Этот мир пришел к тебе с Адамасом и ушел с ним. Во второй раз он воссиял тебе в Алабанде, но ярче и горячей; вот почему в твоей душе наступила глубокая ночь, когда Алабанда перестал существовать для тебя.
Понимаешь ли ты теперь, почему малейшее сомнение в Алабанде должно было перейти в отчаяние, почему ты оттолкнул его от себя лишь за то, что он не был богом?
Тебе нужны были не отдельные люди, поверь мне, тебе нужен был целый мир. Утрату всех золотых веков, слитых, как ты ощущал их, в едином счастливом мгновенье, ум всех умов лучших времен, мощь всех могучих героев — все это должен был тебе заменить один-единственный человек! Понимаешь ли ты теперь, как ты беден, как ты богат? Почему ты бываешь так горд, а порою так падаешь духом? Почему так резко сменяются в тебе радость и скорбь?

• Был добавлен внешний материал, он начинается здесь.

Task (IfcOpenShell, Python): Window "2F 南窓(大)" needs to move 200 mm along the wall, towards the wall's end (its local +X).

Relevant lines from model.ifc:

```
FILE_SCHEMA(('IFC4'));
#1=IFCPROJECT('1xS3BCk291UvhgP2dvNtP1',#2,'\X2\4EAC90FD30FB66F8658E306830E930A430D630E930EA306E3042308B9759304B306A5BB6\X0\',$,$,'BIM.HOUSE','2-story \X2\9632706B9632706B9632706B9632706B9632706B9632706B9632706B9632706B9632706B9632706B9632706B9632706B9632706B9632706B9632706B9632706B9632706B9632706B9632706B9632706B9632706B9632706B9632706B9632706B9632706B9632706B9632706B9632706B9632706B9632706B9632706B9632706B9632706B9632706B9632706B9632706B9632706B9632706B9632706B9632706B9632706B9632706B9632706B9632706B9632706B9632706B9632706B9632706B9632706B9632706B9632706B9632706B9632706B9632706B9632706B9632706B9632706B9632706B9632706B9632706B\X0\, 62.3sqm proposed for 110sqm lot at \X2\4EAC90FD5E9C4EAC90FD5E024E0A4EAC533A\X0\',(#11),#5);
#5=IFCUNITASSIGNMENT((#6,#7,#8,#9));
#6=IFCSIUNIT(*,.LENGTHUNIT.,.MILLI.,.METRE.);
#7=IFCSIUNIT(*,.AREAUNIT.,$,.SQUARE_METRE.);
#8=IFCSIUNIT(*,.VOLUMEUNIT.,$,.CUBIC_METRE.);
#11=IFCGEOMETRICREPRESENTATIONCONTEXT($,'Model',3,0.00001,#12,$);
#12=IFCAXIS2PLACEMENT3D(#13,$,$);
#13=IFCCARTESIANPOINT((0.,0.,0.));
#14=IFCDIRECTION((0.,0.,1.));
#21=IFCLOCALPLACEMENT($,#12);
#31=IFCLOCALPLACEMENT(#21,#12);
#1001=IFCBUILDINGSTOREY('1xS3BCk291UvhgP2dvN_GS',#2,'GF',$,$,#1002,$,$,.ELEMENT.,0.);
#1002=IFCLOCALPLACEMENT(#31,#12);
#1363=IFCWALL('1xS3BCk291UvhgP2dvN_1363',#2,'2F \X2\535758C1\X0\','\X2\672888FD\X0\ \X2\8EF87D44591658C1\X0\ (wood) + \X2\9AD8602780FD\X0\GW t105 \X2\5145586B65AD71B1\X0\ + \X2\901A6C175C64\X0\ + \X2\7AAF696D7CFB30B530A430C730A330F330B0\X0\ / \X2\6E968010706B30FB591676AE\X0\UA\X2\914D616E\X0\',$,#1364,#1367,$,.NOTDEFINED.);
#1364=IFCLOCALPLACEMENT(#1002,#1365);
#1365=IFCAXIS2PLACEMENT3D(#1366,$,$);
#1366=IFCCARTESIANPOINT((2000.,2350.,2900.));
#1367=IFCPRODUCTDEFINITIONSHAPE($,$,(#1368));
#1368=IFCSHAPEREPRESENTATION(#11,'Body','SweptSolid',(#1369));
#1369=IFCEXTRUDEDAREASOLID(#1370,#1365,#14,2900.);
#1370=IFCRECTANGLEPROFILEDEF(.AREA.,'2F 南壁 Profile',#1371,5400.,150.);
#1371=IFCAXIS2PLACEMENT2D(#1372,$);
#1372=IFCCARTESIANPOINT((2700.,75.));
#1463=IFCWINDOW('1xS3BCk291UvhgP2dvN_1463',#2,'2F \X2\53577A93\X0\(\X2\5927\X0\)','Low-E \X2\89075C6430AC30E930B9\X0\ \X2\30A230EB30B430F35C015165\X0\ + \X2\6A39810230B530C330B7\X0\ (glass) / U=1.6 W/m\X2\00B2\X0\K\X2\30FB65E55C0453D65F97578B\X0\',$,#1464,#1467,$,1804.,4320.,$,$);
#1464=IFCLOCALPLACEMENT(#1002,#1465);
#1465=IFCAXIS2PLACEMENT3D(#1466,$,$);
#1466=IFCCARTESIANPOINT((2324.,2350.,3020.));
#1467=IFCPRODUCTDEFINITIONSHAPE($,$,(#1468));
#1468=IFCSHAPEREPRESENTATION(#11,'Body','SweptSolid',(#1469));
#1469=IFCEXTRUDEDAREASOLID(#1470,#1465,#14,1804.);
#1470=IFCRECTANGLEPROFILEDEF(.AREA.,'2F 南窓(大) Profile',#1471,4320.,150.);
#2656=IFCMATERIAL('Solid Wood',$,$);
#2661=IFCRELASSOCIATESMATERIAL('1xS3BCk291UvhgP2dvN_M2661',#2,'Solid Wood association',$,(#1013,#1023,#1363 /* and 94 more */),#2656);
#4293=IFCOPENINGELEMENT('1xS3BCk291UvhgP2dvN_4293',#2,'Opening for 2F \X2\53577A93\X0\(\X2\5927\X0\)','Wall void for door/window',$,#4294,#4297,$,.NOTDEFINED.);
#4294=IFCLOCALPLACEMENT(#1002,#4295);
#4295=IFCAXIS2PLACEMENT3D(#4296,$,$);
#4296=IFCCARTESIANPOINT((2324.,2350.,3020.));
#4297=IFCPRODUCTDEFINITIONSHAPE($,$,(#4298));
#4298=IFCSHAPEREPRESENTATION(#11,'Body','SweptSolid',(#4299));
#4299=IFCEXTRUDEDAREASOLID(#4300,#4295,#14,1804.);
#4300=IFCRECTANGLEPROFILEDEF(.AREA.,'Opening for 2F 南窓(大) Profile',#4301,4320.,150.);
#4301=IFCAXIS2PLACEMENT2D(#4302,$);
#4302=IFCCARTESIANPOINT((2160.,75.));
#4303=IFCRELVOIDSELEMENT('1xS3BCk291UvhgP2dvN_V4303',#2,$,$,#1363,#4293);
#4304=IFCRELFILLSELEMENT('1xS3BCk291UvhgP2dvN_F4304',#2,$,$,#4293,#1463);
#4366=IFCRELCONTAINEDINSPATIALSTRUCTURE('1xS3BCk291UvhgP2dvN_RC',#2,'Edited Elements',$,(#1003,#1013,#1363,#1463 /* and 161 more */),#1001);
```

```python
import ifcopenshell
import ifcopenshell.api.geometry
import ifcopenshell.util.placement
import ifcopenshell.util.unit

model = ifcopenshell.open("model.ifc")
unit_scale = ifcopenshell.util.unit.calculate_unit_scale(model)

window = model.by_guid("1xS3BCk291UvhgP2dvN_1463")
opening = window.FillsVoids[0].RelatingOpeningElement
wall = opening.VoidsElements[0].RelatingBuildingElement

wall_matrix = ifcopenshell.util.placement.get_local_placement(wall.ObjectPlacement)
shift = wall_matrix[:3, 0] * 0.2 / unit_scale
before = ifcopenshell.util.placement.get_local_placement(window.ObjectPlacement)[:3, 3].copy()

# The window is not placed relative to its opening, so move both.
for product in (opening, window):
    matrix = ifcopenshell.util.placement.get_local_placement(product.ObjectPlacement)
    matrix[:3, 3] += shift
    ifcopenshell.api.geometry.edit_object_placement(model, product=product, matrix=matrix, is_si=False)

after = ifcopenshell.util.placement.get_local_placement(window.ObjectPlacement)[:3, 3]
print("window moved by", (after - before).round(3) + 0.0)

model.write("model_edited.ifc")
```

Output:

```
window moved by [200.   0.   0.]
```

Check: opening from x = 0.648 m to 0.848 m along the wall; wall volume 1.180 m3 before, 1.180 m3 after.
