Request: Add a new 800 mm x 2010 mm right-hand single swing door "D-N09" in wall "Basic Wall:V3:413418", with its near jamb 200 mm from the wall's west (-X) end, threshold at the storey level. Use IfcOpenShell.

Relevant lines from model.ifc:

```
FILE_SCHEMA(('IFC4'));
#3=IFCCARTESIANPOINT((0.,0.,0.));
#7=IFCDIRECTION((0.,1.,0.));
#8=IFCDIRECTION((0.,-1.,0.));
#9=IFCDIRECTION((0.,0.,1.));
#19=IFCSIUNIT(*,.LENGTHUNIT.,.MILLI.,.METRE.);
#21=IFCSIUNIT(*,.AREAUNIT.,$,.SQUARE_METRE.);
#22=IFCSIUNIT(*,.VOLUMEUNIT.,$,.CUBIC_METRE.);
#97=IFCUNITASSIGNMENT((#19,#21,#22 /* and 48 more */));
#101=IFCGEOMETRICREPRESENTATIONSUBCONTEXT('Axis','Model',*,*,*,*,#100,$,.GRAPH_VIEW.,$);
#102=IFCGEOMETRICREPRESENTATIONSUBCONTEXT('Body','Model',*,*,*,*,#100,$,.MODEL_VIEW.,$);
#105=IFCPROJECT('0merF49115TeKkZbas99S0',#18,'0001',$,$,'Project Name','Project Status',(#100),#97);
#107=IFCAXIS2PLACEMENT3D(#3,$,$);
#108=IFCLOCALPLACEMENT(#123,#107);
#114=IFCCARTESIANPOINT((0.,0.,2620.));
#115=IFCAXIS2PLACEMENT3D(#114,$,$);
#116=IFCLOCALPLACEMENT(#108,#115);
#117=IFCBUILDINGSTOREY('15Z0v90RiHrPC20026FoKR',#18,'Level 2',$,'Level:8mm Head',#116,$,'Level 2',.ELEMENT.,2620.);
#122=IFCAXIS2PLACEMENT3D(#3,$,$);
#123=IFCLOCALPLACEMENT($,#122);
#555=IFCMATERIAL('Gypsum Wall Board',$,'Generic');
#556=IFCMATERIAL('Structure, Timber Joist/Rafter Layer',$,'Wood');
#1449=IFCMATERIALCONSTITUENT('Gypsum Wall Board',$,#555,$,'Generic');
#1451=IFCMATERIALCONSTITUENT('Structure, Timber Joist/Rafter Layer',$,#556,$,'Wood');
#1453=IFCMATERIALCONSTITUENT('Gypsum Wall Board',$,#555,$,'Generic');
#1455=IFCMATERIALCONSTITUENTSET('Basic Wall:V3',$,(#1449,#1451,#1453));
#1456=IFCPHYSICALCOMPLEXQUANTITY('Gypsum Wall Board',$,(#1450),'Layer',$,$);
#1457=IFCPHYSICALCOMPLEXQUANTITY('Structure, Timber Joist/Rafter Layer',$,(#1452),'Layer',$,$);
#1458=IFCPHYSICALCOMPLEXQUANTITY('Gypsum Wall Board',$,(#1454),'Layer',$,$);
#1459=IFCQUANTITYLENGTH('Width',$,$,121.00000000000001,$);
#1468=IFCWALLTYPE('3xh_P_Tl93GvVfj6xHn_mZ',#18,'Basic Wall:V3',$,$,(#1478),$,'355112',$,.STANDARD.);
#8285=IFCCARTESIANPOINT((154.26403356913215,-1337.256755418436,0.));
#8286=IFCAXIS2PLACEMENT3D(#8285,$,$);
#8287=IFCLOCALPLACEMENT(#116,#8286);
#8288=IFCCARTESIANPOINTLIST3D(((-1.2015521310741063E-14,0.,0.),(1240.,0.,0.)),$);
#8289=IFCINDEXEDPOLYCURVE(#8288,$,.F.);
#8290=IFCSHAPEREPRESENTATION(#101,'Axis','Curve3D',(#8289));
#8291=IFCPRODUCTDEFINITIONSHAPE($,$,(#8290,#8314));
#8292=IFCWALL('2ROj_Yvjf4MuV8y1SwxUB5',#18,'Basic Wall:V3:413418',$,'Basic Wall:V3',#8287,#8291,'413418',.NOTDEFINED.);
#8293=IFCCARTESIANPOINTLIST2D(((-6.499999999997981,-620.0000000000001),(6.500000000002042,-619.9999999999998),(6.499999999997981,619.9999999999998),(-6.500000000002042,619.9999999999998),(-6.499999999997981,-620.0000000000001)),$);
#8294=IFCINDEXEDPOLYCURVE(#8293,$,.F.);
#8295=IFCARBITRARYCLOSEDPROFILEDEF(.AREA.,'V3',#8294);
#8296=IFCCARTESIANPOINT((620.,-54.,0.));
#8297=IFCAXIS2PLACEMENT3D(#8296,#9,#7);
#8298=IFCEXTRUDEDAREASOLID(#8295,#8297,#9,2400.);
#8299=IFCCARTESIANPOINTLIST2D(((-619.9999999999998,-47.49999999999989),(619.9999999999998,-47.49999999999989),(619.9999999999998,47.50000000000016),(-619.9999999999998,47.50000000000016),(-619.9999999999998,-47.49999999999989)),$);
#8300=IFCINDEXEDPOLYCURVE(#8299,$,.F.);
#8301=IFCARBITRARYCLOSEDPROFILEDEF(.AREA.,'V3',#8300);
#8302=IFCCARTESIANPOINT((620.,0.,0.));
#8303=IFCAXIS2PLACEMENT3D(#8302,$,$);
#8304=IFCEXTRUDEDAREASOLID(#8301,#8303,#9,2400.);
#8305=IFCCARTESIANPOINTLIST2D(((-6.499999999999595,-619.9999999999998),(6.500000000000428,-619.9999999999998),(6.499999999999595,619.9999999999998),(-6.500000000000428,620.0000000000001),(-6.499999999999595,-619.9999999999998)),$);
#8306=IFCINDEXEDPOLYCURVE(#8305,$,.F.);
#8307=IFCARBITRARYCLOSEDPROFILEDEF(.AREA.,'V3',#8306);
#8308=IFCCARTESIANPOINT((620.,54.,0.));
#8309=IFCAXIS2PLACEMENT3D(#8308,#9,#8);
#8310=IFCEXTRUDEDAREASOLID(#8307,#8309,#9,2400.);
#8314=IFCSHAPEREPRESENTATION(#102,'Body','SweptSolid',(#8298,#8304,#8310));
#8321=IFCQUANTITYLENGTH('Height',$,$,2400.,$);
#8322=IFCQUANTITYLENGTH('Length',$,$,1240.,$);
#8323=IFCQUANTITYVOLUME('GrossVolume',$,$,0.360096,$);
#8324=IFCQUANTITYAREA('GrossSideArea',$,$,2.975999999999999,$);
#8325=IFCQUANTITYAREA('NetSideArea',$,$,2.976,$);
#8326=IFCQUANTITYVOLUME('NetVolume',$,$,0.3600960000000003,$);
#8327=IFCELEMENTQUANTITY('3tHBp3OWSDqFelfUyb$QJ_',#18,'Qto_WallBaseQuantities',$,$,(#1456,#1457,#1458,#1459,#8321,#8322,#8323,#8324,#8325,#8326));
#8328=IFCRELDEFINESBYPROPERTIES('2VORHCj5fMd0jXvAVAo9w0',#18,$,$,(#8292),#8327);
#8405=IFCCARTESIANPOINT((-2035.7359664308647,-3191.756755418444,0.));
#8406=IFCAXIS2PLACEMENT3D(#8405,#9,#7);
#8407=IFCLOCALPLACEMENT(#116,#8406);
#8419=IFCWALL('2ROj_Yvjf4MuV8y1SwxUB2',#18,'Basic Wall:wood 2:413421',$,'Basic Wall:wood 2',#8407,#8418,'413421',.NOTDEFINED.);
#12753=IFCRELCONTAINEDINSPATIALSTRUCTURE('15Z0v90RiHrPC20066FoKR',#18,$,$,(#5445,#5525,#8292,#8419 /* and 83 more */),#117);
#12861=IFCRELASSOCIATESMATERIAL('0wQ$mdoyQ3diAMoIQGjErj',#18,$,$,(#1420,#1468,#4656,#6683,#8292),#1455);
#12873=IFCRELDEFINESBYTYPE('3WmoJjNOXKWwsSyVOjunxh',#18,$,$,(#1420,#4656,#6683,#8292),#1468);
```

```python
import numpy as np
import ifcopenshell
import ifcopenshell.api.feature
import ifcopenshell.api.geometry
import ifcopenshell.api.pset
import ifcopenshell.api.root
import ifcopenshell.api.spatial
import ifcopenshell.geom
import ifcopenshell.util.element
import ifcopenshell.util.placement
import ifcopenshell.util.representation
import ifcopenshell.util.shape
import ifcopenshell.util.unit

model = ifcopenshell.open("model.ifc")
unit_scale = ifcopenshell.util.unit.calculate_unit_scale(model)
area_scale = ifcopenshell.util.unit.calculate_unit_scale(model, "AREAUNIT")
volume_scale = ifcopenshell.util.unit.calculate_unit_scale(model, "VOLUMEUNIT")
settings = ifcopenshell.geom.settings()


def volume(element):
    """Net volume in cubic metres, openings subtracted."""
    shape = ifcopenshell.geom.create_shape(settings, element)
    return ifcopenshell.util.shape.get_volume(shape.geometry)


wall = model.by_guid("2ROj_Yvjf4MuV8y1SwxUB5")
storey = ifcopenshell.util.element.get_container(wall, ifc_class="IfcBuildingStorey")
context = ifcopenshell.util.representation.get_context(model, "Model", "Body", "MODEL_VIEW")
before = volume(wall)

width, height, from_end, sill = 0.8, 2.01, 0.2, 0.0  # metres

# The wall runs along its own X axis, and the end named is its -X end.
wall_shape = ifcopenshell.geom.create_shape(settings, wall)
x, y, z = ifcopenshell.util.shape.get_vertices(wall_shape.geometry).T
start = x.min() + from_end
face, thickness = float(y.min()), float(y.max() - y.min())
wall_matrix = ifcopenshell.util.placement.get_local_placement(wall.ObjectPlacement)
level = ifcopenshell.util.placement.get_local_placement(storey.ObjectPlacement)[2, 3]


def in_wall(x, y):
    """Placement at x, y metres in the wall's axes, at sill height."""
    matrix = wall_matrix.copy()
    matrix[:, 3] = wall_matrix @ np.array([x / unit_scale, y / unit_scale, 0.0, 1.0])
    matrix[2, 3] = level + sill / unit_scale
    return matrix


# Opening: a box that overshoots both wall faces by 50 mm.
opening = ifcopenshell.api.root.create_entity(model, ifc_class="IfcOpeningElement", predefined_type="OPENING")
box = ifcopenshell.api.geometry.add_wall_representation(
    model, context=context, length=width, height=height, thickness=thickness + 0.1
)
ifcopenshell.api.geometry.assign_representation(model, product=opening, representation=box)
ifcopenshell.api.geometry.edit_object_placement(model, product=opening, matrix=in_wall(start, face - 0.05), is_si=False)
ifcopenshell.api.feature.add_feature(model, feature=opening, element=wall)

door = ifcopenshell.api.root.create_entity(model, ifc_class="IfcDoor", name="D-N09", predefined_type="DOOR")
door.OverallWidth, door.OverallHeight = width / unit_scale, height / unit_scale
door.OperationType = "SINGLE_SWING_RIGHT"
body = ifcopenshell.api.geometry.add_door_representation(
    model,
    context=context,
    overall_width=door.OverallWidth,
    overall_height=door.OverallHeight,
    operation_type="SINGLE_SWING_RIGHT",
    lining_properties={"LiningDepth": thickness / unit_scale, "ThresholdDepth": thickness / unit_scale},
)
ifcopenshell.api.geometry.assign_representation(model, product=door, representation=body)
ifcopenshell.api.spatial.assign_container(model, products=[door], relating_structure=storey)
ifcopenshell.api.feature.add_filling(model, opening=opening, element=door)

# The lining spans the wall, so the door starts at the wall face.
ifcopenshell.api.geometry.edit_object_placement(model, product=door, matrix=in_wall(start, face), is_si=False)

after = volume(wall)

# Update the wall's stored quantities.
qto = model.by_id(ifcopenshell.util.element.get_pset(wall, "Qto_WallBaseQuantities", should_inherit=False)["id"])
ifcopenshell.api.pset.edit_qto(model, qto=qto, properties={
    "NetSideArea": after / thickness / area_scale,
    "NetVolume": after / volume_scale,
})

print(f"wall volume {before:.3f} -> {after:.3f} m3")

model.write("model_edited.ifc")
```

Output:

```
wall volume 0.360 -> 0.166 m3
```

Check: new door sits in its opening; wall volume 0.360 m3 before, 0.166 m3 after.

Потому что ты обладаешь всем и ничем; потому что видение золотых дней, которые когда-нибудь настанут, принадлежит тебе, и, однако, их нет; потому что ты гражданин царства справедливости и красоты, бог между богами в тех прекрасных сновидениях, которые настигают тебя среди бела дня: но, когда ты пробуждаешься, ты видишь, что стоишь на земле нашей Греции.
Дважды, говоришь ты? Нет, семьдесят раз на дню сбрасывают тебя боги с неба на землю. Сказать ли? Я боюсь за тебя: вряд ли тебе по силам жребий современного человека. Ты будешь еще пытаться сделать многое, будешь пытаться.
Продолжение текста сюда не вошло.